[Your instructions]:
In the data below, find every line with the word "IFCLOCALPLACEMENT" and copy it out.

[Data shown]:
◆ ◆ ◆ ◆ ◆
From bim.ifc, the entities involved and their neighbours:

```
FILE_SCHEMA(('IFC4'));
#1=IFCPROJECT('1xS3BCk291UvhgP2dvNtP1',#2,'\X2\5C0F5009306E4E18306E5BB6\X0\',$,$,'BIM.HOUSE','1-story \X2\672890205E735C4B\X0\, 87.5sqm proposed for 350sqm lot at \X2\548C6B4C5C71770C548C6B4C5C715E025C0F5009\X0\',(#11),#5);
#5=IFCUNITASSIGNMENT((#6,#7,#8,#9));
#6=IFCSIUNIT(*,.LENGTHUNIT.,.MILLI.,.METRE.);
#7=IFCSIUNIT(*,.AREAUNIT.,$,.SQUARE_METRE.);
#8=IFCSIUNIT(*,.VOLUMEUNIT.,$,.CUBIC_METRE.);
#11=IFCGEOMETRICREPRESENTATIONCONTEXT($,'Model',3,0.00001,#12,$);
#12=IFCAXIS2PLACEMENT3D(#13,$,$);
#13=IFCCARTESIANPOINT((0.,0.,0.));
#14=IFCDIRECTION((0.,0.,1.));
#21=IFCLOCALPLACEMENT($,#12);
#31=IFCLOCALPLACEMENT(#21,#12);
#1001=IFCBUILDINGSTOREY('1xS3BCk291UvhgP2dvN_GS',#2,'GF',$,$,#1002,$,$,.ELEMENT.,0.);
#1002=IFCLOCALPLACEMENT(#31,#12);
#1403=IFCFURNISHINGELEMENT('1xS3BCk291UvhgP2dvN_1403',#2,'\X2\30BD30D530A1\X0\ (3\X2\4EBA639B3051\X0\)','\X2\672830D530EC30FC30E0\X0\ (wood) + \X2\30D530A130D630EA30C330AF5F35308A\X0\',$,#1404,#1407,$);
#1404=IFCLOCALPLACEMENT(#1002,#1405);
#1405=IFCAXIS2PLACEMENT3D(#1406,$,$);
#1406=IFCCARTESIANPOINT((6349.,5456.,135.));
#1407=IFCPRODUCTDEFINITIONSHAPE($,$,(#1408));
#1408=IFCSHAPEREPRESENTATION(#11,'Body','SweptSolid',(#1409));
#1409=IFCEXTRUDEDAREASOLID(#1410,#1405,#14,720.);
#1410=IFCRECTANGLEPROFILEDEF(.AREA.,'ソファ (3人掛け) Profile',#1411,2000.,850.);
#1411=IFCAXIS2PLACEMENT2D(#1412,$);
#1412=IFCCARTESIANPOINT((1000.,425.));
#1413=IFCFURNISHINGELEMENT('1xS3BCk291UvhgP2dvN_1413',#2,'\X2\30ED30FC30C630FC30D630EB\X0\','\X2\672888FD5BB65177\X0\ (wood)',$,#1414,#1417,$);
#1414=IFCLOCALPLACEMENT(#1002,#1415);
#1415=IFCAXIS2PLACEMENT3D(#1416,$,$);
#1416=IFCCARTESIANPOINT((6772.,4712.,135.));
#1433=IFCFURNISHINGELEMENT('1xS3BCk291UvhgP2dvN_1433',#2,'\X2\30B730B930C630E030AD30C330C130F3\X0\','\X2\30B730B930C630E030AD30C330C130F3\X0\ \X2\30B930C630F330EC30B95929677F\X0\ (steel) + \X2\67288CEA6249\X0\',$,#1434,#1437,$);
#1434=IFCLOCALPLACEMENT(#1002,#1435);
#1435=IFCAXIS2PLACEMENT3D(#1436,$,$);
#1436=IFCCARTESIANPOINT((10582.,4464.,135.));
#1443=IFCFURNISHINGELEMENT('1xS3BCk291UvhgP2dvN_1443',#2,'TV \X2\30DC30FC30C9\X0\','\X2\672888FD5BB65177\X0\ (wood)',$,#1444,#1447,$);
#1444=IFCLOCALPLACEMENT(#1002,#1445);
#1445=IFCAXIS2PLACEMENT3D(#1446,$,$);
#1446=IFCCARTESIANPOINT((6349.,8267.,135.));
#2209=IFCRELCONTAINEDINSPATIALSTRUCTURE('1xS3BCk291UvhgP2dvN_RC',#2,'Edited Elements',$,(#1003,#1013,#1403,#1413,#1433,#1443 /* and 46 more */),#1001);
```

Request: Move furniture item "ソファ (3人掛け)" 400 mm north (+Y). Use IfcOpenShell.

```python
import ifcopenshell
import ifcopenshell.api.geometry
import ifcopenshell.util.placement
import ifcopenshell.util.unit

model = ifcopenshell.open("bim.ifc")
unit_scale = ifcopenshell.util.unit.calculate_unit_scale(model)

item = model.by_guid("1xS3BCk291UvhgP2dvN_1403")
matrix = ifcopenshell.util.placement.get_local_placement(item.ObjectPlacement)
matrix[1, 3] += 0.4 / unit_scale
ifcopenshell.api.geometry.edit_object_placement(model, product=item, matrix=matrix, is_si=False)

print(ifcopenshell.util.placement.get_local_placement(item.ObjectPlacement).round(3) + 0.0)

model.write("bim-out.ifc")
```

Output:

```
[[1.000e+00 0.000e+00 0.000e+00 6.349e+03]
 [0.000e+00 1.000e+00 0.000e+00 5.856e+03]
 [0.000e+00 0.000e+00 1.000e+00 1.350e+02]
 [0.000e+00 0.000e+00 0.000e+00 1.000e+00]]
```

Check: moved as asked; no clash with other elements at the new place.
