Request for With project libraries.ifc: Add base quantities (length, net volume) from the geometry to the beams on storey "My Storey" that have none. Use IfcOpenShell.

First a look at what the model holds.

```python
import ifcopenshell
import ifcopenshell.util.element
import ifcopenshell.util.unit

model = ifcopenshell.open("With project libraries.ifc")
print(model.schema)
for unit_type in ("LENGTHUNIT", "AREAUNIT", "VOLUMEUNIT"):
    print(unit_type, ifcopenshell.util.unit.calculate_unit_scale(model, unit_type))
storey = next(s for s in model.by_type("IfcBuildingStorey") if s.Name == "My Storey")
beams = [e for e in ifcopenshell.util.element.get_decomposition(storey) if e.is_a("IfcBeam")]
for e in sorted(beams, key=lambda e: e.id()):
    print(e.id(), e.is_a(), e.Name, list(ifcopenshell.util.element.get_psets(e, qtos_only=True)), sep=" | ")
```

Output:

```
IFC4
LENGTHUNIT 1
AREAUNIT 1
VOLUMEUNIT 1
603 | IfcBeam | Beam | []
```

```python
import ifcopenshell
import ifcopenshell.api.pset
import ifcopenshell.geom
import ifcopenshell.util.element
import ifcopenshell.util.shape
import ifcopenshell.util.unit

model = ifcopenshell.open("With project libraries.ifc")
unit_scale = ifcopenshell.util.unit.calculate_unit_scale(model)
volume_scale = ifcopenshell.util.unit.calculate_unit_scale(model, "VOLUMEUNIT")
settings = ifcopenshell.geom.settings()

storey = next(s for s in model.by_type("IfcBuildingStorey") if s.Name == "My Storey")
beams = [e for e in ifcopenshell.util.element.get_decomposition(storey) if e.is_a("IfcBeam")]

for e in sorted(beams, key=lambda e: e.id()):
    if ifcopenshell.util.element.get_psets(e, qtos_only=True, should_inherit=False):
        continue
    # Geometry comes back in metres, in the element's own axes.
    shape = ifcopenshell.geom.create_shape(settings, e)
    values = {
        "Length": ifcopenshell.util.shape.get_max_xyz(shape.geometry) / unit_scale,
        "NetVolume": ifcopenshell.util.shape.get_volume(shape.geometry) / volume_scale,
    }
    qto = ifcopenshell.api.pset.add_qto(model, product=e, name="Qto_BeamBaseQuantities")
    ifcopenshell.api.pset.edit_qto(model, qto=qto, properties=values)
    print(e.id(), {k: round(v, 3) for k, v in values.items()})

model.write("With project libraries-out.ifc")
```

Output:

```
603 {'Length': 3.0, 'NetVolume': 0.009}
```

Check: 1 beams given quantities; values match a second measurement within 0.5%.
◆ ◆ ◆ ◆ ◆
[Exercise result]:
#21=IFCLOCALPLACEMENT($,#12);
#31=IFCLOCALPLACEMENT(#21,#12);
#1002=IFCLOCALPLACEMENT(#31,#12);
#1404=IFCLOCALPLACEMENT(#1002,#1405);
#1414=IFCLOCALPLACEMENT(#1002,#1415);
#1434=IFCLOCALPLACEMENT(#1002,#1435);
#1444=IFCLOCALPLACEMENT(#1002,#1445);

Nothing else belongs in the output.